PROVIDED RECORDS Block Start

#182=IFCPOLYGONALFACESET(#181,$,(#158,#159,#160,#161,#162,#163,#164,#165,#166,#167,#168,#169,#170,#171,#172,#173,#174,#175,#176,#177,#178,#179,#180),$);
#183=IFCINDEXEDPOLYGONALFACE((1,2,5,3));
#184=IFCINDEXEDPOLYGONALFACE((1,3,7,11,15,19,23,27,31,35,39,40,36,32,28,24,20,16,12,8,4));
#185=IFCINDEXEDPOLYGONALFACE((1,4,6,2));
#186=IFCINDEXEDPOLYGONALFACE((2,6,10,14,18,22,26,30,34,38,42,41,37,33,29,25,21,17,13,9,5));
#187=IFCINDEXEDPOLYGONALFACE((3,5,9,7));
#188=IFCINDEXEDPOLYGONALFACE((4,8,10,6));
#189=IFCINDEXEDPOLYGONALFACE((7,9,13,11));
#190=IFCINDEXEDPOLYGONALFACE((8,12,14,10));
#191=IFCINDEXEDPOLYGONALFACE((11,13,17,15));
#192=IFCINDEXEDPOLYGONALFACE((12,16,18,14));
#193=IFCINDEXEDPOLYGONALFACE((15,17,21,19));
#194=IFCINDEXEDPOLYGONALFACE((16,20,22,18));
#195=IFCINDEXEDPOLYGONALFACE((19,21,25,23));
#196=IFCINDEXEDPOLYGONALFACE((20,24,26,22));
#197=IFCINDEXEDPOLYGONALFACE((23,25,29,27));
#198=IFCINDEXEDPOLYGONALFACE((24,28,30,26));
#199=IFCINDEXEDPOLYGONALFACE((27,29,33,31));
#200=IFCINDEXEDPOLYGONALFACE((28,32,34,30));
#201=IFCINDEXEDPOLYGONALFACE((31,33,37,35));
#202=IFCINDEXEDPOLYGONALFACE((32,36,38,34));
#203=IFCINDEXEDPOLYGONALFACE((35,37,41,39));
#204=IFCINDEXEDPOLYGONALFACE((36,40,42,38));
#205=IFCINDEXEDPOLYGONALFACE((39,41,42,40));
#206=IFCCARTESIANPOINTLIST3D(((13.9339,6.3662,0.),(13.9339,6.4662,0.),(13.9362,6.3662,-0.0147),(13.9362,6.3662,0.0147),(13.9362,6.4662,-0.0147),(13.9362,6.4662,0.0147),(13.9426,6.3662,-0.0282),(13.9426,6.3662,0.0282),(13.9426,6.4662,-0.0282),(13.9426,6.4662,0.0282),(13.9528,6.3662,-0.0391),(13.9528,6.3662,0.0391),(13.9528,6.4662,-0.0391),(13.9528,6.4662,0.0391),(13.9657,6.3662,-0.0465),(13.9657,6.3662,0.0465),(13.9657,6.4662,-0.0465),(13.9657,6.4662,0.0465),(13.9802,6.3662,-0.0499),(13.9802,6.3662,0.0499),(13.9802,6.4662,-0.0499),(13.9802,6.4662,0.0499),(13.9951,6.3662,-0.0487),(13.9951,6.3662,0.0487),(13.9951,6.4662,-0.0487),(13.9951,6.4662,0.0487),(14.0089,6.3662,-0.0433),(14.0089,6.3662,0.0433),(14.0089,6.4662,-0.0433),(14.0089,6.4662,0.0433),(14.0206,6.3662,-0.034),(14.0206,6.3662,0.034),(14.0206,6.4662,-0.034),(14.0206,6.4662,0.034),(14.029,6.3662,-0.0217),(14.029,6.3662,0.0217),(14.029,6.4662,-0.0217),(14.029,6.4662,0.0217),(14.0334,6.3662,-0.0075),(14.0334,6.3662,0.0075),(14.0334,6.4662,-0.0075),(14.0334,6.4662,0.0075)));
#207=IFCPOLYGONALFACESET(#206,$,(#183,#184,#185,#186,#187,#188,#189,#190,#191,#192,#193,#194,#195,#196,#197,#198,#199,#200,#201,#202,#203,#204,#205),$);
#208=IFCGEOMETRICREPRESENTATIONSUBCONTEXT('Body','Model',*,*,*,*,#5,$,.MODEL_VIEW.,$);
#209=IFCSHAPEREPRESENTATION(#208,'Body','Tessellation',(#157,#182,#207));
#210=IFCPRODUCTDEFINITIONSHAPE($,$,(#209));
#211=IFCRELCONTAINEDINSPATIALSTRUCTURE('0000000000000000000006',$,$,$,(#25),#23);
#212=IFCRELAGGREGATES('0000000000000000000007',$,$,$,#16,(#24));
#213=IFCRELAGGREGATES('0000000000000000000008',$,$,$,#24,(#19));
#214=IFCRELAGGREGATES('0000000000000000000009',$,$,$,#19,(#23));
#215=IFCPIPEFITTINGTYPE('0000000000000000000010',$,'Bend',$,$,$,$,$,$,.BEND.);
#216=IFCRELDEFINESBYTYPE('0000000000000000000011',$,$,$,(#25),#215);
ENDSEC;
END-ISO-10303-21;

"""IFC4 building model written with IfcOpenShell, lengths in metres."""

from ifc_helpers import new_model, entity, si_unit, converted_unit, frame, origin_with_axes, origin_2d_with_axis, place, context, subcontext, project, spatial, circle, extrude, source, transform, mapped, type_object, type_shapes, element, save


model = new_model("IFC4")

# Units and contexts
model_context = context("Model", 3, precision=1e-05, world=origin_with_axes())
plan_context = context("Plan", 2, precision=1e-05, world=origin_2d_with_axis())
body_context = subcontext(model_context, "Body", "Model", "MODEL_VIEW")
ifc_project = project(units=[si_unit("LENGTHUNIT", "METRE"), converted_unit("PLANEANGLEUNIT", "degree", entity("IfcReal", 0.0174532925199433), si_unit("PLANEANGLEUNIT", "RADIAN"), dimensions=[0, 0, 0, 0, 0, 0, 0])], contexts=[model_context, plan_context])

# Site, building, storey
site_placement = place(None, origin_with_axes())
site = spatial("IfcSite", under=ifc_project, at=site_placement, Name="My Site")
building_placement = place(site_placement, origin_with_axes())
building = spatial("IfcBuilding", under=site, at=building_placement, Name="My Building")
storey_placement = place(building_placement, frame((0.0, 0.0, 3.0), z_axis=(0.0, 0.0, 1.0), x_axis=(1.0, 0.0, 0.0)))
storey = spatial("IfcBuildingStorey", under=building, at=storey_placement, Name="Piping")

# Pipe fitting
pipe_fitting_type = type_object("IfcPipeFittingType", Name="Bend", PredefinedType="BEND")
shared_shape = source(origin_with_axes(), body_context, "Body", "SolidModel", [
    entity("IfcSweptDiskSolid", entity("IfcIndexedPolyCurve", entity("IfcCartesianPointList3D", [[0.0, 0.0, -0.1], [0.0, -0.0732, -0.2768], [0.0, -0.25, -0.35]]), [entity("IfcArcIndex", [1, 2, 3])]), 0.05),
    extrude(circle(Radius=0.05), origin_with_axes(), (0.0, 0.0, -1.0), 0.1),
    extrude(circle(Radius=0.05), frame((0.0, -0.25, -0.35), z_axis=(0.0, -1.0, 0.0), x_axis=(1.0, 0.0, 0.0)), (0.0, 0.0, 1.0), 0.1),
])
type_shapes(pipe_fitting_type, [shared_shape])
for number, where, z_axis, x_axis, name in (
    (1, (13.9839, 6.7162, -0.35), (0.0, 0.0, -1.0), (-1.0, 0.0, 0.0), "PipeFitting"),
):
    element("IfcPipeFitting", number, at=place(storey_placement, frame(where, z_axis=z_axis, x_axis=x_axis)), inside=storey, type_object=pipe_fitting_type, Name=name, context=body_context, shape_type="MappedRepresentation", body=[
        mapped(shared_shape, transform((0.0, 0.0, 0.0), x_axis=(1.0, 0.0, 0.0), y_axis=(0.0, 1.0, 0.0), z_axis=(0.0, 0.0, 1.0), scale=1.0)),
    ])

PROVIDED RECORDS Block End

All entries must be repeated exactly.

■ RESULT ■
#182=IFCPOLYGONALFACESET(#181,$,(#158,#159,#160,#161,#162,#163,#164,#165,#166,#167,#168,#169,#170,#171,#172,#173,#174,#175,#176,#177,#178,#179,#180),$);
#183=IFCINDEXEDPOLYGONALFACE((1,2,5,3));
#184=IFCINDEXEDPOLYGONALFACE((1,3,7,11,15,19,23,27,31,35,39,40,36,32,28,24,20,16,12,8,4));
#185=IFCINDEXEDPOLYGONALFACE((1,4,6,2));
#186=IFCINDEXEDPOLYGONALFACE((2,6,10,14,18,22,26,30,34,38,42,41,37,33,29,25,21,17,13,9,5));
#187=IFCINDEXEDPOLYGONALFACE((3,5,9,7));
#188=IFCINDEXEDPOLYGONALFACE((4,8,10,6));
#189=IFCINDEXEDPOLYGONALFACE((7,9,13,11));
#190=IFCINDEXEDPOLYGONALFACE((8,12,14,10));
#191=IFCINDEXEDPOLYGONALFACE((11,13,17,15));
#192=IFCINDEXEDPOLYGONALFACE((12,16,18,14));
#193=IFCINDEXEDPOLYGONALFACE((15,17,21,19));
#194=IFCINDEXEDPOLYGONALFACE((16,20,22,18));
#195=IFCINDEXEDPOLYGONALFACE((19,21,25,23));
#196=IFCINDEXEDPOLYGONALFACE((20,24,26,22));
#197=IFCINDEXEDPOLYGONALFACE((23,25,29,27));
#198=IFCINDEXEDPOLYGONALFACE((24,28,30,26));
#199=IFCINDEXEDPOLYGONALFACE((27,29,33,31));
#200=IFCINDEXEDPOLYGONALFACE((28,32,34,30));
#201=IFCINDEXEDPOLYGONALFACE((31,33,37,35));
#202=IFCINDEXEDPOLYGONALFACE((32,36,38,34));
#203=IFCINDEXEDPOLYGONALFACE((35,37,41,39));
#204=IFCINDEXEDPOLYGONALFACE((36,40,42,38));
#205=IFCINDEXEDPOLYGONALFACE((39,41,42,40));
#206=IFCCARTESIANPOINTLIST3D(((13.9339,6.3662,0.),(13.9339,6.4662,0.),(13.9362,6.3662,-0.0147),(13.9362,6.3662,0.0147),(13.9362,6.4662,-0.0147),(13.9362,6.4662,0.0147),(13.9426,6.3662,-0.0282),(13.9426,6.3662,0.0282),(13.9426,6.4662,-0.0282),(13.9426,6.4662,0.0282),(13.9528,6.3662,-0.0391),(13.9528,6.3662,0.0391),(13.9528,6.4662,-0.0391),(13.9528,6.4662,0.0391),(13.9657,6.3662,-0.0465),(13.9657,6.3662,0.0465),(13.9657,6.4662,-0.0465),(13.9657,6.4662,0.0465),(13.9802,6.3662,-0.0499),(13.9802,6.3662,0.0499),(13.9802,6.4662,-0.0499),(13.9802,6.4662,0.0499),(13.9951,6.3662,-0.0487),(13.9951,6.3662,0.0487),(13.9951,6.4662,-0.0487),(13.9951,6.4662,0.0487),(14.0089,6.3662,-0.0433),(14.0089,6.3662,0.0433),(14.0089,6.4662,-0.0433),(14.0089,6.4662,0.0433),(14.0206,6.3662,-0.034),(14.0206,6.3662,0.034),(14.0206,6.4662,-0.034),(14.0206,6.4662,0.034),(14.029,6.3662,-0.0217),(14.029,6.3662,0.0217),(14.029,6.4662,-0.0217),(14.029,6.4662,0.0217),(14.0334,6.3662,-0.0075),(14.0334,6.3662,0.0075),(14.0334,6.4662,-0.0075),(14.0334,6.4662,0.0075)));
#207=IFCPOLYGONALFACESET(#206,$,(#183,#184,#185,#186,#187,#188,#189,#190,#191,#192,#193,#194,#195,#196,#197,#198,#199,#200,#201,#202,#203,#204,#205),$);
#208=IFCGEOMETRICREPRESENTATIONSUBCONTEXT('Body','Model',*,*,*,*,#5,$,.MODEL_VIEW.,$);
#209=IFCSHAPEREPRESENTATION(#208,'Body','Tessellation',(#157,#182,#207));
#210=IFCPRODUCTDEFINITIONSHAPE($,$,(#209));
#211=IFCRELCONTAINEDINSPATIALSTRUCTURE('0000000000000000000006',$,$,$,(#25),#23);
#212=IFCRELAGGREGATES('0000000000000000000007',$,$,$,#16,(#24));
#213=IFCRELAGGREGATES('0000000000000000000008',$,$,$,#24,(#19));
#214=IFCRELAGGREGATES('0000000000000000000009',$,$,$,#19,(#23));
#215=IFCPIPEFITTINGTYPE('0000000000000000000010',$,'Bend',$,$,$,$,$,$,.BEND.);
#216=IFCRELDEFINESBYTYPE('0000000000000000000011',$,$,$,(#25),#215);
ENDSEC;
END-ISO-10303-21;

"""IFC4 building model written with IfcOpenShell, lengths in metres."""

from ifc_helpers import new_model, entity, si_unit, converted_unit, frame, origin_with_axes, origin_2d_with_axis, place, context, subcontext, project, spatial, circle, extrude, source, transform, mapped, type_object, type_shapes, element, save


model = new_model("IFC4")

# Units and contexts
model_context = context("Model", 3, precision=1e-05, world=origin_with_axes())
plan_context = context("Plan", 2, precision=1e-05, world=origin_2d_with_axis())
body_context = subcontext(model_context, "Body", "Model", "MODEL_VIEW")
ifc_project = project(units=[si_unit("LENGTHUNIT", "METRE"), converted_unit("PLANEANGLEUNIT", "degree", entity("IfcReal", 0.0174532925199433), si_unit("PLANEANGLEUNIT", "RADIAN"), dimensions=[0, 0, 0, 0, 0, 0, 0])], contexts=[model_context, plan_context])

# Site, building, storey
site_placement = place(None, origin_with_axes())
site = spatial("IfcSite", under=ifc_project, at=site_placement, Name="My Site")
building_placement = place(site_placement, origin_with_axes())
building = spatial("IfcBuilding", under=site, at=building_placement, Name="My Building")
storey_placement = place(building_placement, frame((0.0, 0.0, 3.0), z_axis=(0.0, 0.0, 1.0), x_axis=(1.0, 0.0, 0.0)))
storey = spatial("IfcBuildingStorey", under=building, at=storey_placement, Name="Piping")

# Pipe fitting
pipe_fitting_type = type_object("IfcPipeFittingType", Name="Bend", PredefinedType="BEND")
shared_shape = source(origin_with_axes(), body_context, "Body", "SolidModel", [
    entity("IfcSweptDiskSolid", entity("IfcIndexedPolyCurve", entity("IfcCartesianPointList3D", [[0.0, 0.0, -0.1], [0.0, -0.0732, -0.2768], [0.0, -0.25, -0.35]]), [entity("IfcArcIndex", [1, 2, 3])]), 0.05),
    extrude(circle(Radius=0.05), origin_with_axes(), (0.0, 0.0, -1.0), 0.1),
    extrude(circle(Radius=0.05), frame((0.0, -0.25, -0.35), z_axis=(0.0, -1.0, 0.0), x_axis=(1.0, 0.0, 0.0)), (0.0, 0.0, 1.0), 0.1),
])
type_shapes(pipe_fitting_type, [shared_shape])
for number, where, z_axis, x_axis, name in (
    (1, (13.9839, 6.7162, -0.35), (0.0, 0.0, -1.0), (-1.0, 0.0, 0.0), "PipeFitting"),
):
    element("IfcPipeFitting", number, at=place(storey_placement, frame(where, z_axis=z_axis, x_axis=x_axis)), inside=storey, type_object=pipe_fitting_type, Name=name, context=body_context, shape_type="MappedRepresentation", body=[
        mapped(shared_shape, transform((0.0, 0.0, 0.0), x_axis=(1.0, 0.0, 0.0), y_axis=(0.0, 1.0, 0.0), z_axis=(0.0, 0.0, 1.0), scale=1.0)),
    ])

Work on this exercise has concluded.